Problem details: Repeat nothing but the lines below running from the one containing "# Shared definitions" to the one containing "#85=IFCINDEXEDPOLYGONALFACE((1,5,6,2));". Keep both end lines.

Excerpted records:
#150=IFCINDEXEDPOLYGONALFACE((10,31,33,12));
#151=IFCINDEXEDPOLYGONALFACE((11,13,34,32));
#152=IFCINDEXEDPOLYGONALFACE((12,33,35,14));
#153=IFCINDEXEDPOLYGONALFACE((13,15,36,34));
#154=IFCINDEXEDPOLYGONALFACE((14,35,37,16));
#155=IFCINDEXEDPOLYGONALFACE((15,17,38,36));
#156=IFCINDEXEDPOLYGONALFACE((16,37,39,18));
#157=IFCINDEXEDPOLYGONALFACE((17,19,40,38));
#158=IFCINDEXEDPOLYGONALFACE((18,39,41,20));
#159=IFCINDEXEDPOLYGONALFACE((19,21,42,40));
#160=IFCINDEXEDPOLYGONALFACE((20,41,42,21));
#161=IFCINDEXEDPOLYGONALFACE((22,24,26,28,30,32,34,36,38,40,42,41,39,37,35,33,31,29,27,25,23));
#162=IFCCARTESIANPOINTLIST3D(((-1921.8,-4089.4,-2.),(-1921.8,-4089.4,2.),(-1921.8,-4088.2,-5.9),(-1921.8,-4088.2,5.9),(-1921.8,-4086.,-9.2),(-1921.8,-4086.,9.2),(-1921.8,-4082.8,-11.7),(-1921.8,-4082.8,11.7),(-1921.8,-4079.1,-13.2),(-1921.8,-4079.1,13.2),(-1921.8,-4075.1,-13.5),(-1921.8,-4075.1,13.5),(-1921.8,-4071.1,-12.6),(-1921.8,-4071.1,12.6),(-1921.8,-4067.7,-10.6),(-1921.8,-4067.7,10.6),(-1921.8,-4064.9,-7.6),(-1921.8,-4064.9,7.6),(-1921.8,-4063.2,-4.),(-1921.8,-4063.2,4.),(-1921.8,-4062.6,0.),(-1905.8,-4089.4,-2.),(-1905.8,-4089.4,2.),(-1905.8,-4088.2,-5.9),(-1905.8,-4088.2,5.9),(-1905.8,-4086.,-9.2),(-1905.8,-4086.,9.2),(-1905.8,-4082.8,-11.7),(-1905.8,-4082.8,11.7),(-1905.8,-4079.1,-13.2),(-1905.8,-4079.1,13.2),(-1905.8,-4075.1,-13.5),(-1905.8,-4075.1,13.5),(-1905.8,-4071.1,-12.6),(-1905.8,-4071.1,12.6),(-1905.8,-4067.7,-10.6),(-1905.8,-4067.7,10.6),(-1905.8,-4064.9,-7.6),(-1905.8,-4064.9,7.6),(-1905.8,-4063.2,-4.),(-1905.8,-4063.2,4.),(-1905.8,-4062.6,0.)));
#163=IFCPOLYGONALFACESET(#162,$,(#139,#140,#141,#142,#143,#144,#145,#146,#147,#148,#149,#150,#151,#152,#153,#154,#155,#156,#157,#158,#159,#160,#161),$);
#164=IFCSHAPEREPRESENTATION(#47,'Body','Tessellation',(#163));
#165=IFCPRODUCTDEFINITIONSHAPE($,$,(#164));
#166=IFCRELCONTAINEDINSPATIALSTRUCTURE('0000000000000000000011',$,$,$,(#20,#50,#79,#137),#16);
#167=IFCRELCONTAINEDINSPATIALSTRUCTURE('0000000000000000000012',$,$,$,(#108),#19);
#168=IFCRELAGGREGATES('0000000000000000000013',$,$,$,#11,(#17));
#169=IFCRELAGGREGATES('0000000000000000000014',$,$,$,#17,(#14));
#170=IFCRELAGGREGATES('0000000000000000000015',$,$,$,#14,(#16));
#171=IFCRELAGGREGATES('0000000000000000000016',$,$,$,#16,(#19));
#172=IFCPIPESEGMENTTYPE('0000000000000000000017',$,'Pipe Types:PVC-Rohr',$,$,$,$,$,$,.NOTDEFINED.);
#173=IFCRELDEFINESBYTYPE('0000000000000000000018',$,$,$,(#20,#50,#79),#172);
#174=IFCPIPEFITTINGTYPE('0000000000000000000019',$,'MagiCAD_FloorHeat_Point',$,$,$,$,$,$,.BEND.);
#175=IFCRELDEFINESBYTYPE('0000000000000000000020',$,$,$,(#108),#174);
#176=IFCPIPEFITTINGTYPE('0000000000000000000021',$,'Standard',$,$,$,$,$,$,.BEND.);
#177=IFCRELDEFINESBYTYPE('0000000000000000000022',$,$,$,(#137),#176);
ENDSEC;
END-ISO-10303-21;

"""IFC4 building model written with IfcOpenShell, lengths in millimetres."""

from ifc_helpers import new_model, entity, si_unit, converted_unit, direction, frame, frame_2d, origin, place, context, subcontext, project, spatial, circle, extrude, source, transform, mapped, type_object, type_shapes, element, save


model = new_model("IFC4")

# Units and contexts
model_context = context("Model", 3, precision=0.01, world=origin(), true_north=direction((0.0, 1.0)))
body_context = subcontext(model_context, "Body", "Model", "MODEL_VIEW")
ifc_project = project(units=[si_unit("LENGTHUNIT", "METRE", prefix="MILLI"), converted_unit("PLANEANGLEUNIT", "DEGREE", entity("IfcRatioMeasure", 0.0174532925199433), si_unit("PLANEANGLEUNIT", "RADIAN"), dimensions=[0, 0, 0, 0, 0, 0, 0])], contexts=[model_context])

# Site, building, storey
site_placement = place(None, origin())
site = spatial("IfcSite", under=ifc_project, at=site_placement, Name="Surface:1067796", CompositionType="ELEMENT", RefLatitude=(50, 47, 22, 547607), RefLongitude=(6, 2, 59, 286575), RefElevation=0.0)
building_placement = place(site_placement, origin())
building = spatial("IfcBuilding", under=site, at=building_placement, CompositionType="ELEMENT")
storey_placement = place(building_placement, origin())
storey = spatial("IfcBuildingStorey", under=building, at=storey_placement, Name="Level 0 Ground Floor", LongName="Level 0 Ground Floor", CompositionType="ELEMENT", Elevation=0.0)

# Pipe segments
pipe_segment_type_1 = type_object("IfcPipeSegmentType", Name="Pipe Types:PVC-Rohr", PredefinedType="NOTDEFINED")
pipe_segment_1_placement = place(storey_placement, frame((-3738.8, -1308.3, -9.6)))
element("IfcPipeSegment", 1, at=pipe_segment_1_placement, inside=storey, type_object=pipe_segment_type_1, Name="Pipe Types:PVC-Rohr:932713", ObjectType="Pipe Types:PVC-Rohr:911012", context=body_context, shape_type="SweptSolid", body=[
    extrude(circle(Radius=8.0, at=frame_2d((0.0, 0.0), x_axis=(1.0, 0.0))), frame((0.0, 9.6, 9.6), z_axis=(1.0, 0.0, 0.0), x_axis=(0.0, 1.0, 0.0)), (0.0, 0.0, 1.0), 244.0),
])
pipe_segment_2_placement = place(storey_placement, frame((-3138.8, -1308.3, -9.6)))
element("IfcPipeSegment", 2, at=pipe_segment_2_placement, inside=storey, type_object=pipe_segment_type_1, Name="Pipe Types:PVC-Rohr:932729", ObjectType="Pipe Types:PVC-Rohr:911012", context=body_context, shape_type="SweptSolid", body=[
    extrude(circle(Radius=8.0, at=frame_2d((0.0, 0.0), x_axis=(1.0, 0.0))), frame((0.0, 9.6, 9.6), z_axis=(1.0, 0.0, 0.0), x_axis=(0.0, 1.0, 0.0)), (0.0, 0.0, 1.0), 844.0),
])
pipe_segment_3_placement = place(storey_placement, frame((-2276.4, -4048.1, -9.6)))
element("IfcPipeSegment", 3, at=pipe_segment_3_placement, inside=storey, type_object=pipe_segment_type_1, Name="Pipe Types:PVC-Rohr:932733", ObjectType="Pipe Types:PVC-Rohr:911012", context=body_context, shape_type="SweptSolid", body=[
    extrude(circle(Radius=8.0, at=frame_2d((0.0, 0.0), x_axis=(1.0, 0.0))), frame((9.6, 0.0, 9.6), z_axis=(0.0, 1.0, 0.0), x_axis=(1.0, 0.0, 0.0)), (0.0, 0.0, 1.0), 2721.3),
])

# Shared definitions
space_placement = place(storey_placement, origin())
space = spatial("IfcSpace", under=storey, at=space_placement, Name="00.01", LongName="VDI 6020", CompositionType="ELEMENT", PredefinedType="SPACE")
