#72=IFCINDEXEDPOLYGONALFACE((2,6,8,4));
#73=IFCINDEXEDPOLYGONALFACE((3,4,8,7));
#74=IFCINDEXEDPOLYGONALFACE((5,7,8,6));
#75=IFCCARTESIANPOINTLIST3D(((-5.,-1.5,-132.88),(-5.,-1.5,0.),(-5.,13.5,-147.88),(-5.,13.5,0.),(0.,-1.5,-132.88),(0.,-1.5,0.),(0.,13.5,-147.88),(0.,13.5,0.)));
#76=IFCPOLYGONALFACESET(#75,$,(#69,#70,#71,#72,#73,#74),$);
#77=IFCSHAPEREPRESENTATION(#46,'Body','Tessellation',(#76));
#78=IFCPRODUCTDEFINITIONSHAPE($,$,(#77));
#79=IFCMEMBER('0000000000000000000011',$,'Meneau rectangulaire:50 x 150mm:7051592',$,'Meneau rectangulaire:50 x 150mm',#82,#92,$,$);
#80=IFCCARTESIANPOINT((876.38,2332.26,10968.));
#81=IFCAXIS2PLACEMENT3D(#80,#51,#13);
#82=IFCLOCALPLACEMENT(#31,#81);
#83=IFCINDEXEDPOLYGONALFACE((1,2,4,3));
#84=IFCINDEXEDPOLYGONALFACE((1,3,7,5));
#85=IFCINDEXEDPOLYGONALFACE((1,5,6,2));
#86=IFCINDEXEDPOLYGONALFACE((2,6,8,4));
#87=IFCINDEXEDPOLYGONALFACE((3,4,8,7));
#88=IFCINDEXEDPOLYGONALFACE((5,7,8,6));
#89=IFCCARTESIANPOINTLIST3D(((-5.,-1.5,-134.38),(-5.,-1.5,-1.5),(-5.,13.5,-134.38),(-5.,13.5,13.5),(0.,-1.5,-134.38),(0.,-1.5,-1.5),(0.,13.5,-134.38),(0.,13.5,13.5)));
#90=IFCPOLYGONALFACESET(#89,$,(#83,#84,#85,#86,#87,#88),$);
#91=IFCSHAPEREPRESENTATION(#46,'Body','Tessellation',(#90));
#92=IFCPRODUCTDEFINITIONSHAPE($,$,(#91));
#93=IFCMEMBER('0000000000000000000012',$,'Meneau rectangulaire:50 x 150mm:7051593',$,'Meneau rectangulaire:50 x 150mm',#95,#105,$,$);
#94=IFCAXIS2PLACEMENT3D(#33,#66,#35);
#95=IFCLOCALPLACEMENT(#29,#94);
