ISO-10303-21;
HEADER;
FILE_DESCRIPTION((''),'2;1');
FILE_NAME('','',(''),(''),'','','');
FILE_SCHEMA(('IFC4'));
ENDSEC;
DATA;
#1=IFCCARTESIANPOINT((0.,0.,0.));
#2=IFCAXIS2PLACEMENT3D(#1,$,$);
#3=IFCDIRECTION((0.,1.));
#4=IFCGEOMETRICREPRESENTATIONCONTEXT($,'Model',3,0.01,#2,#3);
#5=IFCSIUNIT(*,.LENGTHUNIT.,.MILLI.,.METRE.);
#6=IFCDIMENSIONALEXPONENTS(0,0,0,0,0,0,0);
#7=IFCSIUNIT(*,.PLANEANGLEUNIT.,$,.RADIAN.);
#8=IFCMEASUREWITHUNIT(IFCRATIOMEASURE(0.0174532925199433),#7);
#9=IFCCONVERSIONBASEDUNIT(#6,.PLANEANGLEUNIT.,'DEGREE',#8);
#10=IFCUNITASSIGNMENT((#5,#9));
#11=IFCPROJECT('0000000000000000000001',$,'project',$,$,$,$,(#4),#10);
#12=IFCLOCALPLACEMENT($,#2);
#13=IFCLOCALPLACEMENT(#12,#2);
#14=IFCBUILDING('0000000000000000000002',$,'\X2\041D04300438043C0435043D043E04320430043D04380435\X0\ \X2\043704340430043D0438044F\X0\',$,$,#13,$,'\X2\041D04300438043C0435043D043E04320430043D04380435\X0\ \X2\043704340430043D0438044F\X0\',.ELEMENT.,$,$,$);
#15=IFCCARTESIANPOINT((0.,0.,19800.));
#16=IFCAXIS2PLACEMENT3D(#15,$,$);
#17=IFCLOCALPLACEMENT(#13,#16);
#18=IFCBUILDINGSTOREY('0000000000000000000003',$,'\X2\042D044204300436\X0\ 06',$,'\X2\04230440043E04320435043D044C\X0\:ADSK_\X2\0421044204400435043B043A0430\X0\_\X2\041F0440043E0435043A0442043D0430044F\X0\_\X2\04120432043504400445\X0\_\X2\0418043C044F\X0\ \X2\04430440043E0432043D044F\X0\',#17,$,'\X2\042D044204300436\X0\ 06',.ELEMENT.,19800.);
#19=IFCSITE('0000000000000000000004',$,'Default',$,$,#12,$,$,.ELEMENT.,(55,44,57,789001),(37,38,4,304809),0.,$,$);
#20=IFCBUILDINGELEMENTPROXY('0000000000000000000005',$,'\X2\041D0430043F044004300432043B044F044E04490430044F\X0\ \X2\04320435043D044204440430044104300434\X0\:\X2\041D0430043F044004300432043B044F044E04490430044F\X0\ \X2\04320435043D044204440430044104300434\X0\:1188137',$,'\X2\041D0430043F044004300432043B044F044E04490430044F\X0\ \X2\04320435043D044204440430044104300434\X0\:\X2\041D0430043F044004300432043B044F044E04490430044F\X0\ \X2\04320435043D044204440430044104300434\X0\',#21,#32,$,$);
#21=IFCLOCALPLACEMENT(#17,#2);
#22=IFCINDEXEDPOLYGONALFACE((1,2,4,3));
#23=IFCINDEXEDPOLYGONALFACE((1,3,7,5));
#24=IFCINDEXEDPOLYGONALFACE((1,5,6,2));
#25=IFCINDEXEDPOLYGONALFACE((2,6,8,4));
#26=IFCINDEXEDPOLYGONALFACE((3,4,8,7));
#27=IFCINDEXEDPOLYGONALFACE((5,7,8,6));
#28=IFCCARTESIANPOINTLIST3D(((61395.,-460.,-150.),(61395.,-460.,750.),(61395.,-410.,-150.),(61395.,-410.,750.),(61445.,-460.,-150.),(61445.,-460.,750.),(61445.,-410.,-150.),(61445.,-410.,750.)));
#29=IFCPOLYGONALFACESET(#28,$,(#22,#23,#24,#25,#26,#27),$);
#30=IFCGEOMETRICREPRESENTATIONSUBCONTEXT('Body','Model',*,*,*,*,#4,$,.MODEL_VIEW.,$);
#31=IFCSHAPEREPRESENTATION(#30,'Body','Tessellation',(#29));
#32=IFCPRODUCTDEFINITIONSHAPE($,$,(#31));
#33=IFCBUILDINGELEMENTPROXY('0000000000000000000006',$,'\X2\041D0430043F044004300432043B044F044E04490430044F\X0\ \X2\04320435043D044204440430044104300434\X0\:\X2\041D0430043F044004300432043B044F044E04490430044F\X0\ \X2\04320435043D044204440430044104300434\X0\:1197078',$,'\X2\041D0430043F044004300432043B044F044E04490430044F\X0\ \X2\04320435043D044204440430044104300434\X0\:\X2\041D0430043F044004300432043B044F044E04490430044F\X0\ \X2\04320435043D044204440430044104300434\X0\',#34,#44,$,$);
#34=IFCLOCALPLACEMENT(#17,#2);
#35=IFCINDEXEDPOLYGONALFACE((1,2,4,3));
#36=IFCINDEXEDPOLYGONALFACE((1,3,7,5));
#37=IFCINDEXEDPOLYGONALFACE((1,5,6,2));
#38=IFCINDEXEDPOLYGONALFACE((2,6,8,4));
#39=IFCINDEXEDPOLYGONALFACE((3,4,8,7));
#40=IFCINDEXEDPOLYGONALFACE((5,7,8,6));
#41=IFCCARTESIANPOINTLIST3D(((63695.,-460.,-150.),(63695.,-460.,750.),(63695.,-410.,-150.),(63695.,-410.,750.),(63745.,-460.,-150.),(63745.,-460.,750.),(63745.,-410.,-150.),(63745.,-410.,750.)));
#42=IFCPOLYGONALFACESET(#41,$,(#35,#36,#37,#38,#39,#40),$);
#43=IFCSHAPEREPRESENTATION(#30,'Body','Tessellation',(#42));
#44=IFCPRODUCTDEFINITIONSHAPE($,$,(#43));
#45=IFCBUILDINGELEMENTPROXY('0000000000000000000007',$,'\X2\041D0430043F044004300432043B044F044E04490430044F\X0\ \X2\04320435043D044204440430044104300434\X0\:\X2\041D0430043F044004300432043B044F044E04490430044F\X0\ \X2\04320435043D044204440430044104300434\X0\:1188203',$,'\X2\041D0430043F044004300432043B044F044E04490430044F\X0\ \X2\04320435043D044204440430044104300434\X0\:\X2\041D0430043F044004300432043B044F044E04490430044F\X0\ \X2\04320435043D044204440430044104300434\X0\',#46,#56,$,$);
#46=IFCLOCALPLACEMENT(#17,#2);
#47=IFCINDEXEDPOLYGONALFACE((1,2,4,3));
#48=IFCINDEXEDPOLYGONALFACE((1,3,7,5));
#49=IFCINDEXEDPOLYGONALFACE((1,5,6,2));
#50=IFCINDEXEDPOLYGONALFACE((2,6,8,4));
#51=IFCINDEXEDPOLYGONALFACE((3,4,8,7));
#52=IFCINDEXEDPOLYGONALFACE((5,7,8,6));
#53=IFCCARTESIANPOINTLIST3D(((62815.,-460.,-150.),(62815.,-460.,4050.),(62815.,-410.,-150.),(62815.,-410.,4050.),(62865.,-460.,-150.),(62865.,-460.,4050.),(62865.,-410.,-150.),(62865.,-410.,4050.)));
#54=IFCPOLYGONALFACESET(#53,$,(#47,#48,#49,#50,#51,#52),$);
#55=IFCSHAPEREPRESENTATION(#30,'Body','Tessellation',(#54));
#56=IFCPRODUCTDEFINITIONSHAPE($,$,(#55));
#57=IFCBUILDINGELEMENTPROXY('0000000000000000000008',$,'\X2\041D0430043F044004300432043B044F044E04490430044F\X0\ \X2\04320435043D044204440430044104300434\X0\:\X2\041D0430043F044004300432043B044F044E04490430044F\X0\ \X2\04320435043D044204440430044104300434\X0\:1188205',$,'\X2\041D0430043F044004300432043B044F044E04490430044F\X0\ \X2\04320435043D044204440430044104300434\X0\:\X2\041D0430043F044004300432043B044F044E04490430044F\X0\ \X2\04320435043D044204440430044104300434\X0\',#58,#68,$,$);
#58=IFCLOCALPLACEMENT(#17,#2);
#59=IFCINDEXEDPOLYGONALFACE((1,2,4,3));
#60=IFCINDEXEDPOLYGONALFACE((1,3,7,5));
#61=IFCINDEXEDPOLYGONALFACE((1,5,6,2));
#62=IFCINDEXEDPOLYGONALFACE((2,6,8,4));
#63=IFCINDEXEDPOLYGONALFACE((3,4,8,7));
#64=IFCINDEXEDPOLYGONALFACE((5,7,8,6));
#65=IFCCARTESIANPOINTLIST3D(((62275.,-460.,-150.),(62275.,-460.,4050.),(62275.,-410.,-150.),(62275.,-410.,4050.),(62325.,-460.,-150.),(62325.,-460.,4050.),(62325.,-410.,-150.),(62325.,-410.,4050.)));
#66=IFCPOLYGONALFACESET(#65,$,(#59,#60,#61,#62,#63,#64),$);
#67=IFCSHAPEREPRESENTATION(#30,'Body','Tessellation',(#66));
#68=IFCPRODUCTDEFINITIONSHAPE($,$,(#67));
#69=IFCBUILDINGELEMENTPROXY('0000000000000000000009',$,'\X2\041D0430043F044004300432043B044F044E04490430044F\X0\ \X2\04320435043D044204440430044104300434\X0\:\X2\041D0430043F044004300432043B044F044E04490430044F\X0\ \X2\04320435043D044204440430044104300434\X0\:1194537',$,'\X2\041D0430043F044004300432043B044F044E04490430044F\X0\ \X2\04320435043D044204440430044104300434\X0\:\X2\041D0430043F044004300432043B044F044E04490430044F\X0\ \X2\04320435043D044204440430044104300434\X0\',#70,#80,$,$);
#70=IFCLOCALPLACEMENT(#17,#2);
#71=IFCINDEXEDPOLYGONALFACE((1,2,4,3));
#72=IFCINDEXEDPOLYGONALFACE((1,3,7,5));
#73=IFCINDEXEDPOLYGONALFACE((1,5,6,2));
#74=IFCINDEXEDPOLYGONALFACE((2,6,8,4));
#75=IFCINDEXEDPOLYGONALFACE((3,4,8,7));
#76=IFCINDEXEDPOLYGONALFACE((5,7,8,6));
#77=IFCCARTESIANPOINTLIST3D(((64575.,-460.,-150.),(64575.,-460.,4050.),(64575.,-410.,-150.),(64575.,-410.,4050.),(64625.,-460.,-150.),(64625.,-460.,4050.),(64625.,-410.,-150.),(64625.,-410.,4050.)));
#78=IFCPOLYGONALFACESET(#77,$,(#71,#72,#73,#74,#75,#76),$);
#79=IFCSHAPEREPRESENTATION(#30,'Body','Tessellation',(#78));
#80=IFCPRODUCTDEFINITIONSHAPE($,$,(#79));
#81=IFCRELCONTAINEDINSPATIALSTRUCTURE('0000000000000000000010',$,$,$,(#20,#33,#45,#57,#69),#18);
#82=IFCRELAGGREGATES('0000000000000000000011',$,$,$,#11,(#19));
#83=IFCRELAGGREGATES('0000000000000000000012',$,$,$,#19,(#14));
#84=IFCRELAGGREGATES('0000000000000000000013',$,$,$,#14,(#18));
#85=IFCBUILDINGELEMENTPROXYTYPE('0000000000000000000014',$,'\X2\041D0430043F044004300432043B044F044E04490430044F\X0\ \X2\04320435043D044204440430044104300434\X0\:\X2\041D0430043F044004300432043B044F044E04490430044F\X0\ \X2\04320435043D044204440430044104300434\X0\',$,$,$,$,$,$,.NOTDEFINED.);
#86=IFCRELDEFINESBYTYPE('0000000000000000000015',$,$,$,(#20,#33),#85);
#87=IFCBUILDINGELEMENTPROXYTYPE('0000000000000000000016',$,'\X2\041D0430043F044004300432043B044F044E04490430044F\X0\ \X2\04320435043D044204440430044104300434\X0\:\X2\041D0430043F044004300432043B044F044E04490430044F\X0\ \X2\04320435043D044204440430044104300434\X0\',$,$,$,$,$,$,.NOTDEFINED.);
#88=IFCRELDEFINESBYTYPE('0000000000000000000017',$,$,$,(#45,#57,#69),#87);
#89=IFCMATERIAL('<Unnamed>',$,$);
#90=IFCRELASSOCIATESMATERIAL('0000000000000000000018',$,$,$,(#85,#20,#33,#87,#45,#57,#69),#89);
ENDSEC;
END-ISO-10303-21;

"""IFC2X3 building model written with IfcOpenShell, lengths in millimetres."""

from ifc_helpers import new_model, entity, si_unit, converted_unit, direction, frame, origin, origin_2d_with_axis, place, context, subcontext, project, spatial, rectangle, extrude, source, transform, mapped, material, type_object, type_shapes, element, save


model = new_model("IFC2X3")

# Units and contexts
model_context = context("Model", 3, precision=0.01, world=origin(), true_north=direction((0.0, 1.0)))
body_context = subcontext(model_context, "Body", "Model", "MODEL_VIEW")
ifc_project = project(units=[si_unit("LENGTHUNIT", "METRE", prefix="MILLI"), converted_unit("PLANEANGLEUNIT", "DEGREE", entity("IfcRatioMeasure", 0.0174532925199433), si_unit("PLANEANGLEUNIT", "RADIAN"), dimensions=[0, 0, 0, 0, 0, 0, 0])], contexts=[model_context])

# Site, building, storey
site_placement = place(None, origin())
site = spatial("IfcSite", under=ifc_project, at=site_placement, Name="Default", CompositionType="ELEMENT", RefLatitude=(55, 44, 57, 789001), RefLongitude=(37, 38, 4, 304809), RefElevation=0.0)
building_placement = place(site_placement, origin())
building = spatial("IfcBuilding", under=site, at=building_placement, Name="Наименование здания", LongName="Наименование здания", CompositionType="ELEMENT")
storey_placement = place(building_placement, frame((0.0, 0.0, 19800.0)))
storey = spatial("IfcBuildingStorey", under=building, at=storey_placement, Name="Этаж 06", ObjectType="Уровень:ADSK_Стрелка_Проектная_Вверх_Имя уровня", LongName="Этаж 06", CompositionType="ELEMENT", Elevation=19800.0)

# Building element proxies
ifc_material_1 = material(Name="<Unnamed>")
building_element_proxy_type_1 = type_object("IfcBuildingElementProxyType", Name="Направляющая вентфасад:Направляющая вентфасад", PredefinedType="NOTDEFINED", material=ifc_material_1)
shared_shape_1 = source(origin(), body_context, "Body", "SweptSolid", [
    extrude(rectangle(XDim=50.0, YDim=50.0, at=origin_2d_with_axis()), frame((25.0, -25.0, 0.0), z_axis=(0.0, 0.0, 1.0), x_axis=(-1.0, 0.0, 0.0)), (0.0, 0.0, 1.0), 900.0),
])
type_shapes(building_element_proxy_type_1, [shared_shape_1])
for number, where, name in (
    (1, (61395.0, -410.0, -150.0), "Направляющая вентфасад:Направляющая вентфасад:1188137"),
    (2, (63695.0, -410.0, -150.0), "Направляющая вентфасад:Направляющая вентфасад:1197078"),
):
    element("IfcBuildingElementProxy", number, at=place(storey_placement, frame(where)), inside=storey, type_object=building_element_proxy_type_1, material=ifc_material_1, Name=name, ObjectType="Направляющая вентфасад:Направляющая вентфасад", context=body_context, shape_type="MappedRepresentation", body=[
        mapped(shared_shape_1, transform((0.0, 0.0, 0.0), scale=1.0)),
    ])
building_element_proxy_type_2 = type_object("IfcBuildingElementProxyType", Name="Направляющая вентфасад:Направляющая вентфасад", PredefinedType="NOTDEFINED", material=ifc_material_1)
shared_shape_2 = source(origin(), body_context, "Body", "SweptSolid", [
    extrude(rectangle(XDim=50.0, YDim=50.0, at=origin_2d_with_axis()), frame((25.0, -25.0, 0.0), z_axis=(0.0, 0.0, 1.0), x_axis=(-1.0, 0.0, 0.0)), (0.0, 0.0, 1.0), 4200.0),
])
type_shapes(building_element_proxy_type_2, [shared_shape_2])
for number, where, name in (
    (3, (62815.0, -410.0, -150.0), "Направляющая вентфасад:Направляющая вентфасад:1188203"),
    (4, (62275.0, -410.0, -150.0), "Направляющая вентфасад:Направляющая вентфасад:1188205"),
    (5, (64575.0, -410.0, -150.0), "Направляющая вентфасад:Направляющая вентфасад:1194537"),
):
    element("IfcBuildingElementProxy", number, at=place(storey_placement, frame(where)), inside=storey, type_object=building_element_proxy_type_2, material=ifc_material_1, Name=name, ObjectType="Направляющая вентфасад:Направляющая вентфасад", context=body_context, shape_type="MappedRepresentation", body=[
        mapped(shared_shape_2, transform((0.0, 0.0, 0.0), scale=1.0)),
    ])

save(model, "model.ifc")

Worked solution:
# Shared definitions
space_placement = place(storey_placement, origin())
space = spatial("IfcSpace", under=storey, at=space_placement, Name="00.01", LongName="VDI 6020", CompositionType="ELEMENT", PredefinedType="SPACE")
#72=IFCINDEXEDPOLYGONALFACE((2,6,8,4));
#73=IFCINDEXEDPOLYGONALFACE((3,4,8,7));
#74=IFCINDEXEDPOLYGONALFACE((5,7,8,6));
#75=IFCCARTESIANPOINTLIST3D(((-5.,-1.5,-132.88),(-5.,-1.5,0.),(-5.,13.5,-147.88),(-5.,13.5,0.),(0.,-1.5,-132.88),(0.,-1.5,0.),(0.,13.5,-147.88),(0.,13.5,0.)));
#76=IFCPOLYGONALFACESET(#75,$,(#69,#70,#71,#72,#73,#74),$);
#77=IFCSHAPEREPRESENTATION(#46,'Body','Tessellation',(#76));
#78=IFCPRODUCTDEFINITIONSHAPE($,$,(#77));
#79=IFCMEMBER('0000000000000000000011',$,'Meneau rectangulaire:50 x 150mm:7051592',$,'Meneau rectangulaire:50 x 150mm',#82,#92,$,$);
#80=IFCCARTESIANPOINT((876.38,2332.26,10968.));
#81=IFCAXIS2PLACEMENT3D(#80,#51,#13);
#82=IFCLOCALPLACEMENT(#31,#81);
#83=IFCINDEXEDPOLYGONALFACE((1,2,4,3));
#84=IFCINDEXEDPOLYGONALFACE((1,3,7,5));
#85=IFCINDEXEDPOLYGONALFACE((1,5,6,2));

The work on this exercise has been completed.